> _PROBLEM STATEMENT_
Determine how many lines in the records below contain "spatial", then state that number alone.

> _STORED DATA_

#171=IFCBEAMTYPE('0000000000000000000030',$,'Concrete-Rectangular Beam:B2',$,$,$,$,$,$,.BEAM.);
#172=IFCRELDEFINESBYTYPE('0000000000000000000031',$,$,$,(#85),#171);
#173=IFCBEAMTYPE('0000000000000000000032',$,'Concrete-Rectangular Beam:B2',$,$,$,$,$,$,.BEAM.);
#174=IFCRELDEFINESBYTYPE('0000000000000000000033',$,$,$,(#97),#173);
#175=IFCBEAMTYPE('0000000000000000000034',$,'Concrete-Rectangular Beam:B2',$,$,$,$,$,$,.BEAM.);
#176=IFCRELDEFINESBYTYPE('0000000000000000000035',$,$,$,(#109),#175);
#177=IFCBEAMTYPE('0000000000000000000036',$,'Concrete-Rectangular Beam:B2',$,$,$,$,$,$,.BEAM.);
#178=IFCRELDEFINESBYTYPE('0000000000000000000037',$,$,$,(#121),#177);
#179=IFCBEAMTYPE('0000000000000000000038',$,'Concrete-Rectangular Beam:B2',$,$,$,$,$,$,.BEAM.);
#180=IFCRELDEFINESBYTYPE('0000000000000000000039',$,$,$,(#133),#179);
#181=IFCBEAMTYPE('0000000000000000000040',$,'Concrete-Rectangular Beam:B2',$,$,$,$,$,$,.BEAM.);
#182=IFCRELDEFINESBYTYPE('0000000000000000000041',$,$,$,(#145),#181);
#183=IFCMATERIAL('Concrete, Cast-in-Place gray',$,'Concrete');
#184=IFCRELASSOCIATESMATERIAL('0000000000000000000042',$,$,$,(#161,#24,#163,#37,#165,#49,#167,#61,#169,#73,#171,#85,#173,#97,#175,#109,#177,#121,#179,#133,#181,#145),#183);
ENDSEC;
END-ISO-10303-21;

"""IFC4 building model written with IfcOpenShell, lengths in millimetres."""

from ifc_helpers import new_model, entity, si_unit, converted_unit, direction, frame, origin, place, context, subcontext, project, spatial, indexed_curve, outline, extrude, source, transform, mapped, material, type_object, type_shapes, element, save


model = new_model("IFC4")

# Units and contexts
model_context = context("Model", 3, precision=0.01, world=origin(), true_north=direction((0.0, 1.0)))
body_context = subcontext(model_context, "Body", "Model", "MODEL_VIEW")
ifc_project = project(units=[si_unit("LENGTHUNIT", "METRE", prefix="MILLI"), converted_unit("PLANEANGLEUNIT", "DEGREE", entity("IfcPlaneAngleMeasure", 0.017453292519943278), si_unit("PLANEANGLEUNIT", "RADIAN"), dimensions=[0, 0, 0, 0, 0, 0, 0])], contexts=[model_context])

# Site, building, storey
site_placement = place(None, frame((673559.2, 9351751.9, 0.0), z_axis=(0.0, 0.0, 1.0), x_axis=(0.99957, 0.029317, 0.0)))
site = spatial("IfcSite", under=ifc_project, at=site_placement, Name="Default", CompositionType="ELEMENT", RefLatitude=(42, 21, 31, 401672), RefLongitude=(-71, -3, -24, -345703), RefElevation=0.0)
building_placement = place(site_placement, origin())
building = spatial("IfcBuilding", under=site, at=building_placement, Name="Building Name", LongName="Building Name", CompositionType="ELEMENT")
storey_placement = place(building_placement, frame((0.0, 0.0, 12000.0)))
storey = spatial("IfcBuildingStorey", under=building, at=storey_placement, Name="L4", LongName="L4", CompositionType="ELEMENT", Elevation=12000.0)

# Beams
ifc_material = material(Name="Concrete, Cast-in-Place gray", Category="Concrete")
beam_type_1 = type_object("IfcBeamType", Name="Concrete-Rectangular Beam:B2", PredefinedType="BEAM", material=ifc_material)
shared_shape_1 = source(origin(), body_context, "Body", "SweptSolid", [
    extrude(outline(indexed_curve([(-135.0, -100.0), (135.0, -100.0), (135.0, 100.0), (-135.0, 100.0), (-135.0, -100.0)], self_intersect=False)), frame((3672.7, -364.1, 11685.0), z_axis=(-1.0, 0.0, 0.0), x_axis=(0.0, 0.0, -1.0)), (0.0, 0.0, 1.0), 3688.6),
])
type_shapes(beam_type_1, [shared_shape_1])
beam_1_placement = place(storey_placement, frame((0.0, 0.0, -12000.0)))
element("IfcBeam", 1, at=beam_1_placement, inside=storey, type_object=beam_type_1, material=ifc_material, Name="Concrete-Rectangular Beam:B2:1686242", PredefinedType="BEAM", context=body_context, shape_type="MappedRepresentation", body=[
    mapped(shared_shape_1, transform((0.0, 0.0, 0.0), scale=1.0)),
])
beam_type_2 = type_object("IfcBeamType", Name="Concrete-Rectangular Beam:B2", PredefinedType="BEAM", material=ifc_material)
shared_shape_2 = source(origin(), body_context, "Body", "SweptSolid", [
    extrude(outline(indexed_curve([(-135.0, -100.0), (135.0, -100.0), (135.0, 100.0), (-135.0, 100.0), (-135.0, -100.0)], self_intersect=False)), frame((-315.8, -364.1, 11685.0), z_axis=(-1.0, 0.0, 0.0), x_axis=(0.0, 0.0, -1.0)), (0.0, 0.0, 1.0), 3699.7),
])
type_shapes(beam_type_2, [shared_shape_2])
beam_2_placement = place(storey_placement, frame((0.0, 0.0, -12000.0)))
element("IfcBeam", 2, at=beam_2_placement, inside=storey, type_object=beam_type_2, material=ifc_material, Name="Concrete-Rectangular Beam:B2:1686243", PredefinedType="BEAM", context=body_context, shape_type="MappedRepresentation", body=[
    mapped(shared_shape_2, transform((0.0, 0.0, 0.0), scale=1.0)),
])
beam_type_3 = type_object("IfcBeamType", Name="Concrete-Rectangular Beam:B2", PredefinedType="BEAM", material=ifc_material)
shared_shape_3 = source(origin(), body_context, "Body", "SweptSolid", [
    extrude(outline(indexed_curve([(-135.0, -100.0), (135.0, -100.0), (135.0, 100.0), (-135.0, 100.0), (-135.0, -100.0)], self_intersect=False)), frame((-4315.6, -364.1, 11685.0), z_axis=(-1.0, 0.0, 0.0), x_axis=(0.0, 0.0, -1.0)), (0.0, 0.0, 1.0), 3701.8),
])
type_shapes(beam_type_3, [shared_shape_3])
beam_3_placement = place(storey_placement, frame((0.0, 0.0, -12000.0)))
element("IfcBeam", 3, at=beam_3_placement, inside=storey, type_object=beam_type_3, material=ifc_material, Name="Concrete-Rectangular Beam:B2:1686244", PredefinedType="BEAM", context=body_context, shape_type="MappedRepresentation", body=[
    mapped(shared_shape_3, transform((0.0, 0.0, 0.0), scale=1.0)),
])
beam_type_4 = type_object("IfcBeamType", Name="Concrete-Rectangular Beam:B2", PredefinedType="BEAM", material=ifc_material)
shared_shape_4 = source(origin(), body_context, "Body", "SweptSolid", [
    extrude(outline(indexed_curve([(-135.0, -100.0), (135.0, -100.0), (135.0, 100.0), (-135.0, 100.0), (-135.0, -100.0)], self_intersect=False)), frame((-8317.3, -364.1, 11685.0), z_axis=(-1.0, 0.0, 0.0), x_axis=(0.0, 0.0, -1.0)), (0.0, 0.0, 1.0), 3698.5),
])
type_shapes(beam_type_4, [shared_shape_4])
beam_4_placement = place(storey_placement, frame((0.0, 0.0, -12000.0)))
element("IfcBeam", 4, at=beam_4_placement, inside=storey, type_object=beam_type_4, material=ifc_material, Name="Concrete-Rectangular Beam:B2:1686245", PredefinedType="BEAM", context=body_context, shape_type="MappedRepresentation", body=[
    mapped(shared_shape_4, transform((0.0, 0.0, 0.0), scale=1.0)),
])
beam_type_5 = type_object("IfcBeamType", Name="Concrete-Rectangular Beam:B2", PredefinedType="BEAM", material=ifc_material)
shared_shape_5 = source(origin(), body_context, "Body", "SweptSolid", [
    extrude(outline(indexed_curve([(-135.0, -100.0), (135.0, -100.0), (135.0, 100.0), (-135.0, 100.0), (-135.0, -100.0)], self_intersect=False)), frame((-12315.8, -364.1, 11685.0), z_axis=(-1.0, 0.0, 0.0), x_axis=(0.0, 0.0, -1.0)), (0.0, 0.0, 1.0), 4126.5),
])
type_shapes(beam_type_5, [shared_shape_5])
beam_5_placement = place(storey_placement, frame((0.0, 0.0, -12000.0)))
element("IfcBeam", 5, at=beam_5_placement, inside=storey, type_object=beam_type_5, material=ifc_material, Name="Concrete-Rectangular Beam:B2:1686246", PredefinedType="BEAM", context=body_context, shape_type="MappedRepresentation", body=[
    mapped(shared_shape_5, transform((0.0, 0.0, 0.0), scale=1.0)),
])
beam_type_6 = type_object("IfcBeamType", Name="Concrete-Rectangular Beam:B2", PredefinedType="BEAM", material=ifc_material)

--

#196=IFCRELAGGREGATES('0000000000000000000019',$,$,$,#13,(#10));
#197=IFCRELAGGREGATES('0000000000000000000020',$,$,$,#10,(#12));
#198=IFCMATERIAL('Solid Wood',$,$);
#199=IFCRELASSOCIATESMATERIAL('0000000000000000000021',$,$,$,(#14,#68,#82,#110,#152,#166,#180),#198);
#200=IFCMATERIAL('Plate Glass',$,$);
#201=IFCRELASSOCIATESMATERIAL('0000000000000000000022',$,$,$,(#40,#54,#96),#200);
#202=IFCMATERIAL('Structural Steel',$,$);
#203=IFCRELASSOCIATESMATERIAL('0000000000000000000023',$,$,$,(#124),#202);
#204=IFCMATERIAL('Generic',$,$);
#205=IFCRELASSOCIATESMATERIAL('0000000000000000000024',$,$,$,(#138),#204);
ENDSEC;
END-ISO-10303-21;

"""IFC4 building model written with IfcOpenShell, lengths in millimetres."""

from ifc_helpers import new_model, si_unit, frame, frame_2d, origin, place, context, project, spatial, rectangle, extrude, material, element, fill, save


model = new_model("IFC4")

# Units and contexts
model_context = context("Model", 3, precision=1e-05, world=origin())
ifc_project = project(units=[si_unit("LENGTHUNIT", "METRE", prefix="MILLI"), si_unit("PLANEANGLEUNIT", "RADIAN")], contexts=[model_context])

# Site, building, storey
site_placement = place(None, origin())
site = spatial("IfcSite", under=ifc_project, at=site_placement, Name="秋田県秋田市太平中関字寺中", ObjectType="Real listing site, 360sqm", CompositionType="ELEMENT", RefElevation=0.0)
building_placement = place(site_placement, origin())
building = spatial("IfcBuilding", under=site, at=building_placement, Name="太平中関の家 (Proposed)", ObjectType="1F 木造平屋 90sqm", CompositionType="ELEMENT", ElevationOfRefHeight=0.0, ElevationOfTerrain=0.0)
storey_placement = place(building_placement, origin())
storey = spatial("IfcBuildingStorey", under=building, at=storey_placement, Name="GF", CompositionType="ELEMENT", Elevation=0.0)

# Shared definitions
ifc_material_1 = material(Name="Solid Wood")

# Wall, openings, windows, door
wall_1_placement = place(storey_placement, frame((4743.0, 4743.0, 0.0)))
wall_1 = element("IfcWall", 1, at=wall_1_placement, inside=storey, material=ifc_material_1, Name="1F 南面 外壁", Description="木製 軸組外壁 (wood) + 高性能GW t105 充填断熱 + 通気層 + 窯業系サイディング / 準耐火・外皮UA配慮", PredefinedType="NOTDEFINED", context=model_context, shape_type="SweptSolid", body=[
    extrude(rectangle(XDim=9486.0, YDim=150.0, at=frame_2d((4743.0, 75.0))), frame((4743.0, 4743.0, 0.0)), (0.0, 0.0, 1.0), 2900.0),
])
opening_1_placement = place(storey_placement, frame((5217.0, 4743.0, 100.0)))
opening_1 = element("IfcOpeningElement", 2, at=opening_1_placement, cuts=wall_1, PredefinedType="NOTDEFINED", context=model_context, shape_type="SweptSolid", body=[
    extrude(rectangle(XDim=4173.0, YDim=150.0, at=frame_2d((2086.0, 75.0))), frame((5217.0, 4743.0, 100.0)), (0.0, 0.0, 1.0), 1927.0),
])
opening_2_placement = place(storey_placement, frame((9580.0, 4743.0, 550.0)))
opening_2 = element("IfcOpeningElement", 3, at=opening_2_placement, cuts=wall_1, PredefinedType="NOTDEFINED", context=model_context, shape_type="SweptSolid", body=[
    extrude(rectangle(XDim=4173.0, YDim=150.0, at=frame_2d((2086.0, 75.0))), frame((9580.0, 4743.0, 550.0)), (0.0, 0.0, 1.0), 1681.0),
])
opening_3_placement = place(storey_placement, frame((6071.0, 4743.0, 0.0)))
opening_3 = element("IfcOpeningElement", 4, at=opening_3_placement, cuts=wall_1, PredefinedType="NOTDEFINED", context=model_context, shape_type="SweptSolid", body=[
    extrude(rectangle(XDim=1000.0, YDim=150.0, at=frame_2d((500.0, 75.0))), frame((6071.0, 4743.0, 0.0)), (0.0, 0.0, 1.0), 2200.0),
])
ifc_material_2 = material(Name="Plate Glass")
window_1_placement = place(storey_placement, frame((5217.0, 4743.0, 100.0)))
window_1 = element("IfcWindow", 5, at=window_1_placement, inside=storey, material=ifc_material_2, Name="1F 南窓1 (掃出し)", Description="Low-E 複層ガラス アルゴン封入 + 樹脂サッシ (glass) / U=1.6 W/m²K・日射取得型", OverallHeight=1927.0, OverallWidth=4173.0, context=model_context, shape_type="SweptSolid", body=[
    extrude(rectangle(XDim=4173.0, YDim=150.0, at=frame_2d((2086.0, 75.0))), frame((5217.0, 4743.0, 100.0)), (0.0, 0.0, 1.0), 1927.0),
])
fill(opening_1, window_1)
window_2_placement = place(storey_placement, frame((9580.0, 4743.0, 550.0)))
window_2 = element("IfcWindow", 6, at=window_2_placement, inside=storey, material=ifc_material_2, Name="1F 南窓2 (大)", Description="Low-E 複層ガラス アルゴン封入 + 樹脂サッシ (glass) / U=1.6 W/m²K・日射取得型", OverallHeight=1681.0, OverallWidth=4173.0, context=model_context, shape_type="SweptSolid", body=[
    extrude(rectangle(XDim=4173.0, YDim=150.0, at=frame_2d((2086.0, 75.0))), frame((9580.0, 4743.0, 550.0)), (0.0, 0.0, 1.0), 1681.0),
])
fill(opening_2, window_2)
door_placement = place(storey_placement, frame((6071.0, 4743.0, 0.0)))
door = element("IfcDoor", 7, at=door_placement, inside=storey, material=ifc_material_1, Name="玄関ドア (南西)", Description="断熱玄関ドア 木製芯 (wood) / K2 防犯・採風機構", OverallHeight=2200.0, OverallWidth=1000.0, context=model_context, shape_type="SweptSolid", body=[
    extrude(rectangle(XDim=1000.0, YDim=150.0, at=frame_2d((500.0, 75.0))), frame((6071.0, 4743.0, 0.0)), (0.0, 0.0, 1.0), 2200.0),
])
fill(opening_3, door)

> _TASK ANSWER_
8